# Question 391

## Description

This problem was asked by Facebook.

We have some historical clickstream data gathered from our site anonymously using cookies. The histories contain URLs that users have visited in chronological order.

Write a function that takes two users' browsing histories as input and returns the longest contiguous sequence of URLs that appear in both.

For example, given the following two users' histories:

```python
user1 = ['/home', '/register', '/login', '/user', '/one', '/two']
user2 = ['/home', '/red', '/login', '/user', '/one', '/pink']
```

You should return the following:

`['/login', '/user', '/one']`


## Solution

To solve this problem, we can use a dynamic programming approach. The idea is to create a matrix where each cell `(i, j)` represents the longest contiguous sequence of URLs ending at `user1[i]` and `user2[j]`. If `user1[i]` is equal to `user2[j]`, we have found a common URL and can extend the longest sequence found so far. Otherwise, the length of the common sequence at that cell is 0.

Here's a step-by-step approach to implement this:

1. Initialize a matrix `dp` with dimensions `(len(user1) + 1) x (len(user2) + 1)`, where all elements are initialized to 0.
2. Iterate through each URL in `user1` and `user2`.
3. When a common URL is found (`user1[i] == user2[j]`), set `dp[i+1][j+1] = dp[i][j] + 1`.
4. Keep track of the maximum length of the common sequence and its ending index.
5. After completing the matrix, use the maximum length and the ending index to retrieve the longest contiguous sequence.

The function correctly finds the longest contiguous sequence of URLs that appear in both users' histories. For the given example, the longest common sequence is `['/login', '/user', '/one']`, which matches the expected result.


In [1]:
def longest_common_subsequence(user1, user2):
    # init a dp matrix
    dp = [[0 for _ in range(len(user2) + 1)] for _ in range(len(user1) + 1)]

    # variables to track the max len and its ending
    max_len = 0
    end_len = 0

    # filling the dp matrix
    for i in range(len(user1)):
        for j in range(len(user2)):
            if user1[i] == user2[j]:
                dp[i + 1][j + 1] = dp[i][j] + 1
                if dp[i + 1][j + 1] > max_len:
                    max_len = dp[i + 1][j + 1]
                    end_len = i

    # return the longest common subsequence
    return user1[end_len - max_len + 1 : end_len + 1]

In [2]:
user1 = ["/home", "/register", "/login", "/user", "/one", "/two"]
user2 = ["/home", "/red", "/login", "/user", "/one", "/pink"]

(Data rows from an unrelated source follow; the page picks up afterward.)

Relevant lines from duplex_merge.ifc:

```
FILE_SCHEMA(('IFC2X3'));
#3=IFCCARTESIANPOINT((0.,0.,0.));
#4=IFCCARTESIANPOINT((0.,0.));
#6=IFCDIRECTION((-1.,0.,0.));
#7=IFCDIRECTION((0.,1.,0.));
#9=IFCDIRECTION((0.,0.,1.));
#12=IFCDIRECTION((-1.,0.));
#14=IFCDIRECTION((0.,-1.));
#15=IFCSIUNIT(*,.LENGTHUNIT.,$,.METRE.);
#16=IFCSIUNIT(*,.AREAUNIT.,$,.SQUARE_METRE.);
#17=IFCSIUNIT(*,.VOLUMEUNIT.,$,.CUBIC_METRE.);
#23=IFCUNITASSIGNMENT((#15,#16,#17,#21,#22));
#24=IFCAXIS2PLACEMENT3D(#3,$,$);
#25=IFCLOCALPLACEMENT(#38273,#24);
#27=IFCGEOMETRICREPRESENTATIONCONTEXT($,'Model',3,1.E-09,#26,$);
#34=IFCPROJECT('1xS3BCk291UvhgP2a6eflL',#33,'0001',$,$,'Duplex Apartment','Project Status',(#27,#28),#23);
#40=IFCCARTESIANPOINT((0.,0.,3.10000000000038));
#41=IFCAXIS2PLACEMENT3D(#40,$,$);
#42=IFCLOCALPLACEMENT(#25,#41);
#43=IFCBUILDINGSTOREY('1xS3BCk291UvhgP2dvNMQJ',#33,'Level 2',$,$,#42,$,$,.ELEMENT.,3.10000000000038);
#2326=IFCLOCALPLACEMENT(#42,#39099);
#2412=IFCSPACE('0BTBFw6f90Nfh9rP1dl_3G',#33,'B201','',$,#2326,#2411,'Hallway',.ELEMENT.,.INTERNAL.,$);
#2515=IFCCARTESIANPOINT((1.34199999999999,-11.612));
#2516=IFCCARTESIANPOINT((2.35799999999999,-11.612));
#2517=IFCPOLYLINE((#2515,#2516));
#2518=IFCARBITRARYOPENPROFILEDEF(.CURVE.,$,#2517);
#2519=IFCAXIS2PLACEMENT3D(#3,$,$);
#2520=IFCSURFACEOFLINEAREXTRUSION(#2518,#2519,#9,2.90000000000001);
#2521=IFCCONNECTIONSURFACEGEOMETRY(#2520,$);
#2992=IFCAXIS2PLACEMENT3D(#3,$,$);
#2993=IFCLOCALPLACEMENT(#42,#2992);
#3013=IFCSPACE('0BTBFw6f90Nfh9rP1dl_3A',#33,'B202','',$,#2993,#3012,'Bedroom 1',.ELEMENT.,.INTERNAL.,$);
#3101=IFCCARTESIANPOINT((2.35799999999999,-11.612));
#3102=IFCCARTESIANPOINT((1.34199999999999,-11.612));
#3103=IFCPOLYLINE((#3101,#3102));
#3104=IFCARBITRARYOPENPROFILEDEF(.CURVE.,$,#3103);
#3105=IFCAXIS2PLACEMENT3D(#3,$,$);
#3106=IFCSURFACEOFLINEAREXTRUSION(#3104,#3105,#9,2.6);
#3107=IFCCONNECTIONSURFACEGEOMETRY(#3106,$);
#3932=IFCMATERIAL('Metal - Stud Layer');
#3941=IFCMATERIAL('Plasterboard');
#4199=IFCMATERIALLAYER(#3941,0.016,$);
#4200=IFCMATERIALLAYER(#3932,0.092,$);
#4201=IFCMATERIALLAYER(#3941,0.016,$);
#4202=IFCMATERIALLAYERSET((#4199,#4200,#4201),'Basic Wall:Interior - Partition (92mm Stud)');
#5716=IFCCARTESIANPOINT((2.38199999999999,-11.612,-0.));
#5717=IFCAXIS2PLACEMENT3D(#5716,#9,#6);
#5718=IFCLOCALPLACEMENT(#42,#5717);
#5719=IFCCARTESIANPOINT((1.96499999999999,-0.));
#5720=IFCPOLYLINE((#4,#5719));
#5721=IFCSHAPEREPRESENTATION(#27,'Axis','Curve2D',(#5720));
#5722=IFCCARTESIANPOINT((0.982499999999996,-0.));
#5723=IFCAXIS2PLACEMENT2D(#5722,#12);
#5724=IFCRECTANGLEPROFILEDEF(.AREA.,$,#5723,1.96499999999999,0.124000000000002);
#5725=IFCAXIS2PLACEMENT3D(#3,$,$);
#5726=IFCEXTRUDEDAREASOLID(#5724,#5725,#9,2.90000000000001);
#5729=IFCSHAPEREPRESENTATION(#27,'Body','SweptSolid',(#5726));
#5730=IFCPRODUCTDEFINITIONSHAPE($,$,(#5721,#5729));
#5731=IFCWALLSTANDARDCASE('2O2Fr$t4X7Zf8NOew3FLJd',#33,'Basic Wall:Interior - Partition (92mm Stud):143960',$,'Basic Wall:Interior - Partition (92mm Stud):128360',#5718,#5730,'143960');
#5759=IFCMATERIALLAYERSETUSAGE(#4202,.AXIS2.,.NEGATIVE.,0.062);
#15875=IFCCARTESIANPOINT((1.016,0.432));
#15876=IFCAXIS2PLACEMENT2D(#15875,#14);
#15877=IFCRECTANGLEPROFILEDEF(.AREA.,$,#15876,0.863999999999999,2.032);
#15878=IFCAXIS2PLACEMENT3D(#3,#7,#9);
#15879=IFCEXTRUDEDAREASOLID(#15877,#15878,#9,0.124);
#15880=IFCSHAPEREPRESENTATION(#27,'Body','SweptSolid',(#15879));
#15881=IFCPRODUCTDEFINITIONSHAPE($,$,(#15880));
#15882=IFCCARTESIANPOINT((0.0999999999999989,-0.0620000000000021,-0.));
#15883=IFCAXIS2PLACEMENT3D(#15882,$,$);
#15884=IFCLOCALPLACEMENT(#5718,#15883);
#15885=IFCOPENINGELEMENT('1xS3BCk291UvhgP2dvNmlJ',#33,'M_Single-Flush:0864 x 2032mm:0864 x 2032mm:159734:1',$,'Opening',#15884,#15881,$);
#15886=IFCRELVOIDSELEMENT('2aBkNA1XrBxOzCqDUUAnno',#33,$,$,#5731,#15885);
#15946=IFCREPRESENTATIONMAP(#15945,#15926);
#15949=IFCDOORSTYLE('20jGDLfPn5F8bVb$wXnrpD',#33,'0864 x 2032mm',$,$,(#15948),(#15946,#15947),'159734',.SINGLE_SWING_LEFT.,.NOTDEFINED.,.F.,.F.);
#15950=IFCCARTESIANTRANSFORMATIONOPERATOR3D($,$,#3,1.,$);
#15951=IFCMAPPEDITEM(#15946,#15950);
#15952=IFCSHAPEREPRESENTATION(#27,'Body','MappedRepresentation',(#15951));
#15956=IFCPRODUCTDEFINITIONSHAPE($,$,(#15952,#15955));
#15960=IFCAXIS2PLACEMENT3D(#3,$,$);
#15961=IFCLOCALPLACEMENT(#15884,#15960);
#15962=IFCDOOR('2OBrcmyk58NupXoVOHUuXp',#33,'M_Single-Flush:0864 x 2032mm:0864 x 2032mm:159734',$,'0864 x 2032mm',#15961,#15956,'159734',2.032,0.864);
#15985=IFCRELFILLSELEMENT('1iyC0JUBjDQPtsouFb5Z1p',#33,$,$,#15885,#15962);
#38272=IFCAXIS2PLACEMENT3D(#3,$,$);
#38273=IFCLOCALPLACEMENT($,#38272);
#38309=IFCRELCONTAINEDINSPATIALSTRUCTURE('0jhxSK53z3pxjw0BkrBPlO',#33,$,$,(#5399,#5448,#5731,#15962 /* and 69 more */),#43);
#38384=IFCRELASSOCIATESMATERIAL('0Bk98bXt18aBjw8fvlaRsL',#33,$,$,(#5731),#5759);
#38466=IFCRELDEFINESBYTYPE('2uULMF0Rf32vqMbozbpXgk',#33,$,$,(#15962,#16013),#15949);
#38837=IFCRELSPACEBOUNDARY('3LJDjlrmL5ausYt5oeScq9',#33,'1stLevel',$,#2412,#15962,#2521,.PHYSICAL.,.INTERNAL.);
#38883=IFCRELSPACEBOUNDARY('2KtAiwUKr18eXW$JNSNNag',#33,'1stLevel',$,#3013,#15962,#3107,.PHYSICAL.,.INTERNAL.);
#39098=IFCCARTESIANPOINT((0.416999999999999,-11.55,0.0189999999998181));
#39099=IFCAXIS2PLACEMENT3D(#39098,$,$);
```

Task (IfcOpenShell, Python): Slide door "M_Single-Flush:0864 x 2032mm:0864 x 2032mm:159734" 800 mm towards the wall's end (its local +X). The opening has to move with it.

```python
import numpy as np
import ifcopenshell
import ifcopenshell.api.geometry
import ifcopenshell.util.placement
import ifcopenshell.util.unit

model = ifcopenshell.open("duplex_merge.ifc")
unit_scale = ifcopenshell.util.unit.calculate_unit_scale(model)

door = model.by_id(15962)
opening = door.FillsVoids[0].RelatingOpeningElement
wall = opening.VoidsElements[0].RelatingBuildingElement

wall_matrix = ifcopenshell.util.placement.get_local_placement(wall.ObjectPlacement)
shift = wall_matrix[:3, 0] * 0.8 / unit_scale
before = ifcopenshell.util.placement.get_local_placement(door.ObjectPlacement)[:3, 3].copy()

# The door is placed relative to its opening, so it follows when the opening moves.
matrix = ifcopenshell.util.placement.get_local_placement(opening.ObjectPlacement)
matrix[:3, 3] += shift
ifcopenshell.api.geometry.edit_object_placement(
    model, product=opening, matrix=matrix, is_si=False, should_transform_children=True
)

# Space boundary surfaces are stored in each space's coordinates; move them too.
for rel in door.ProvidesBoundaries:
    if not rel.ConnectionGeometry:
        continue
    surface = rel.ConnectionGeometry.SurfaceOnRelatingElement
    space_matrix = ifcopenshell.util.placement.get_local_placement(rel.RelatingSpace.ObjectPlacement)
    point = np.array(surface.Position.Location.Coordinates) + space_matrix[:3, :3].T @ shift
    surface.Position = model.createIfcAxis2Placement3D(
        model.createIfcCartesianPoint(point.tolist()), surface.Position.Axis, surface.Position.RefDirection
    )

after = ifcopenshell.util.placement.get_local_placement(door.ObjectPlacement)[:3, 3]
print("door moved by", (after - before).round(3) + 0.0)

model.write("duplex_merge_updated.ifc")
```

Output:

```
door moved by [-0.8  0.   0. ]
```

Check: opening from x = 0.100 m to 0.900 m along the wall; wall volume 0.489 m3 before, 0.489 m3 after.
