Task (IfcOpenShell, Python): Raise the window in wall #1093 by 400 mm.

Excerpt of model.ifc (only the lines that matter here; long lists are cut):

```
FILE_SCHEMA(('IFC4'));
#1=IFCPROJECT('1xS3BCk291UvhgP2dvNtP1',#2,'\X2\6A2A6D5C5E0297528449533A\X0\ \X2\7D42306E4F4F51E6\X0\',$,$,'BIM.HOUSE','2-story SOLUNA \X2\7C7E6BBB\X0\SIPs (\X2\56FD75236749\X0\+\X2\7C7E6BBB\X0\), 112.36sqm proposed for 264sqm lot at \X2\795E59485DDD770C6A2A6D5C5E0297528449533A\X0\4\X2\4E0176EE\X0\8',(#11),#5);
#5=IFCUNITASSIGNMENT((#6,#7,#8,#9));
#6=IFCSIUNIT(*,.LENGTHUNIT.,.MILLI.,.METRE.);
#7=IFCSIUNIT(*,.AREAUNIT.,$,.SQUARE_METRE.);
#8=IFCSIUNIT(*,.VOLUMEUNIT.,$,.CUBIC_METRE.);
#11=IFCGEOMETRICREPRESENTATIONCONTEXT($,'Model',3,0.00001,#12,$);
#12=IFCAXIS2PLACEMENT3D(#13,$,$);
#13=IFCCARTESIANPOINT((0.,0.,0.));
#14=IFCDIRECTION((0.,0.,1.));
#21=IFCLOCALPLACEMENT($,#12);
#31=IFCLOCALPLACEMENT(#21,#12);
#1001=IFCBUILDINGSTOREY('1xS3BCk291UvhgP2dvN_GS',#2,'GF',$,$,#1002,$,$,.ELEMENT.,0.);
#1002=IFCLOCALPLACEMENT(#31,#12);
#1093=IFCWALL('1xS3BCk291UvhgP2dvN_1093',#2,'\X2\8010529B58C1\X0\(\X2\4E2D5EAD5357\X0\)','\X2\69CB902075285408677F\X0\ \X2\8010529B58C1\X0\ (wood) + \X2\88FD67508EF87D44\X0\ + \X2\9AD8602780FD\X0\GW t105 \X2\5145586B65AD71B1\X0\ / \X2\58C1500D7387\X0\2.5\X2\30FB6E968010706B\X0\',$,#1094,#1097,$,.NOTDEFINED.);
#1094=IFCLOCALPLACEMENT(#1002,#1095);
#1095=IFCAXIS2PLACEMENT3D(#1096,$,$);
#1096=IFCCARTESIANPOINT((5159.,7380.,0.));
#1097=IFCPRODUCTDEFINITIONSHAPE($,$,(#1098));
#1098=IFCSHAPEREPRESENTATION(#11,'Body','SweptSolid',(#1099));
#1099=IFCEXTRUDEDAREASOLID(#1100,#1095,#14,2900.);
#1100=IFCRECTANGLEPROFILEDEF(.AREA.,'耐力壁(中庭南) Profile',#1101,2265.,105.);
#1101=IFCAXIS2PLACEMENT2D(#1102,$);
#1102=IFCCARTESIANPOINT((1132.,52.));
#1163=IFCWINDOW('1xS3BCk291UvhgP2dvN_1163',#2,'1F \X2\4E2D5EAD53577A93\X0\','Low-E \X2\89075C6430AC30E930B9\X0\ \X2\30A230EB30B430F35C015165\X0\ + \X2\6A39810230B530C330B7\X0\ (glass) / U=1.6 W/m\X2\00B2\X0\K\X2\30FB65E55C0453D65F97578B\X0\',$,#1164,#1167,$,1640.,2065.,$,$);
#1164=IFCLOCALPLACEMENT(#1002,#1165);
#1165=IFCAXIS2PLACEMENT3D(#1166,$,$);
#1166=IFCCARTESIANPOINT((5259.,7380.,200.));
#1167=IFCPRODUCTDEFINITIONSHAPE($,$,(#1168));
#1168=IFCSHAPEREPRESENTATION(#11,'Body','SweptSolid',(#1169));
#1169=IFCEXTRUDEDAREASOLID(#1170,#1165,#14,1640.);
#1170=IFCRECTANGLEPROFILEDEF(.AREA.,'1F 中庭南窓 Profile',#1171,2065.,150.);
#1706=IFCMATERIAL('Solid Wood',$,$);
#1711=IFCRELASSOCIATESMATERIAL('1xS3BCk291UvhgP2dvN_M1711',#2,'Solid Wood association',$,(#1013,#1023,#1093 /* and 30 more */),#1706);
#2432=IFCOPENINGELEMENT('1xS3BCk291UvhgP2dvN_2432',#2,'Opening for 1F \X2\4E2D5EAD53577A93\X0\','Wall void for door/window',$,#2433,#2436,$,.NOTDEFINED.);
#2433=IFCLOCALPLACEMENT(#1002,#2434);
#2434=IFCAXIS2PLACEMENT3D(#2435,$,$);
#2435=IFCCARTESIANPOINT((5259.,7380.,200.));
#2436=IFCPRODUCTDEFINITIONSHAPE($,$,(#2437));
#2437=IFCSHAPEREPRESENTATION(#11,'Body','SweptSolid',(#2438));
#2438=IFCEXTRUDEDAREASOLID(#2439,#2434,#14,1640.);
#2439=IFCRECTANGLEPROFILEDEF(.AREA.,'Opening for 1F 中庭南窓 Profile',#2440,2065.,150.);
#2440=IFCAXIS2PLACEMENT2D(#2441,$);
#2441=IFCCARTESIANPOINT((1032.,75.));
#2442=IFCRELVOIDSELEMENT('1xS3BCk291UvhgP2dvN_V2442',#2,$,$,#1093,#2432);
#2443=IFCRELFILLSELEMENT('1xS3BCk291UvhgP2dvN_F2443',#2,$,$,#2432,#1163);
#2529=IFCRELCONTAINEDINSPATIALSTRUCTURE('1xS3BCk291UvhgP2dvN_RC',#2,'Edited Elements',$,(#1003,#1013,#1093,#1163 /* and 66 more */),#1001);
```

```python
import numpy as np
import ifcopenshell
import ifcopenshell.api.geometry
import ifcopenshell.util.placement
import ifcopenshell.util.unit

model = ifcopenshell.open("model.ifc")
unit_scale = ifcopenshell.util.unit.calculate_unit_scale(model)

window = model.by_guid("1xS3BCk291UvhgP2dvN_1163")
opening = window.FillsVoids[0].RelatingOpeningElement
dz = 0.4 / unit_scale

shift = np.array([0.0, 0.0, dz])
# The window is not placed relative to its opening, so move both.
for product in (opening, window):
    matrix = ifcopenshell.util.placement.get_local_placement(product.ObjectPlacement)
    matrix[:3, 3] += shift
    ifcopenshell.api.geometry.edit_object_placement(model, product=product, matrix=matrix, is_si=False)

print(f"moved by {dz * unit_scale:+.3f} m")

model.write("model-out.ifc")
```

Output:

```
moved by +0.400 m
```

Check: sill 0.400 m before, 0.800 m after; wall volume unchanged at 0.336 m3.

longest_common_subsequence(user1, user2)

['/login', '/user', '/one']

## Complexity Analysis

Let's analyze the time and space complexity of the `longest_common_subsequence` function:

### Time Complexity

1. **Initialization of the DP Matrix**: The DP matrix of size `(len(user1) + 1) x (len(user2) + 1)` is initialized with zeros. This step takes `O(m * n)` time, where `m` is the length of `user1` and `n` is the length of `user2`.

2. **Filling the DP Matrix**: The nested loop iterates through each element in `user1` and `user2`. For each pair of elements, it performs constant time operations. Therefore, this step also takes `O(m * n)` time.

Overall, the time complexity of the function is **O(m \* n)**, where `m` is the length of `user1` and `n` is the length of `user2`.

### Space Complexity

1. **DP Matrix**: The space complexity is dominated by the DP matrix, which is of size `(len(user1) + 1) x (len(user2) + 1)`. Thus, the space complexity is `O(m * n)`.

2. **Auxiliary Space**: The space used for variables like `max_length`, `end_index`, and the space for the output list (longest contiguous sequence) is relatively small compared to the DP matrix. The length of the output list can be at most `min(m, n)`, but this does not affect the overall space complexity.

Hence, the overall space complexity of the function is **O(m \* n)**.

In summary, the function has a time complexity of O(m _ n) and a space complexity of O(m _ n), where `m` is the length of `user1` and `n` is the length of `user2`. This makes the algorithm quite efficient for moderately sized input histories but can become resource-intensive for very large histories.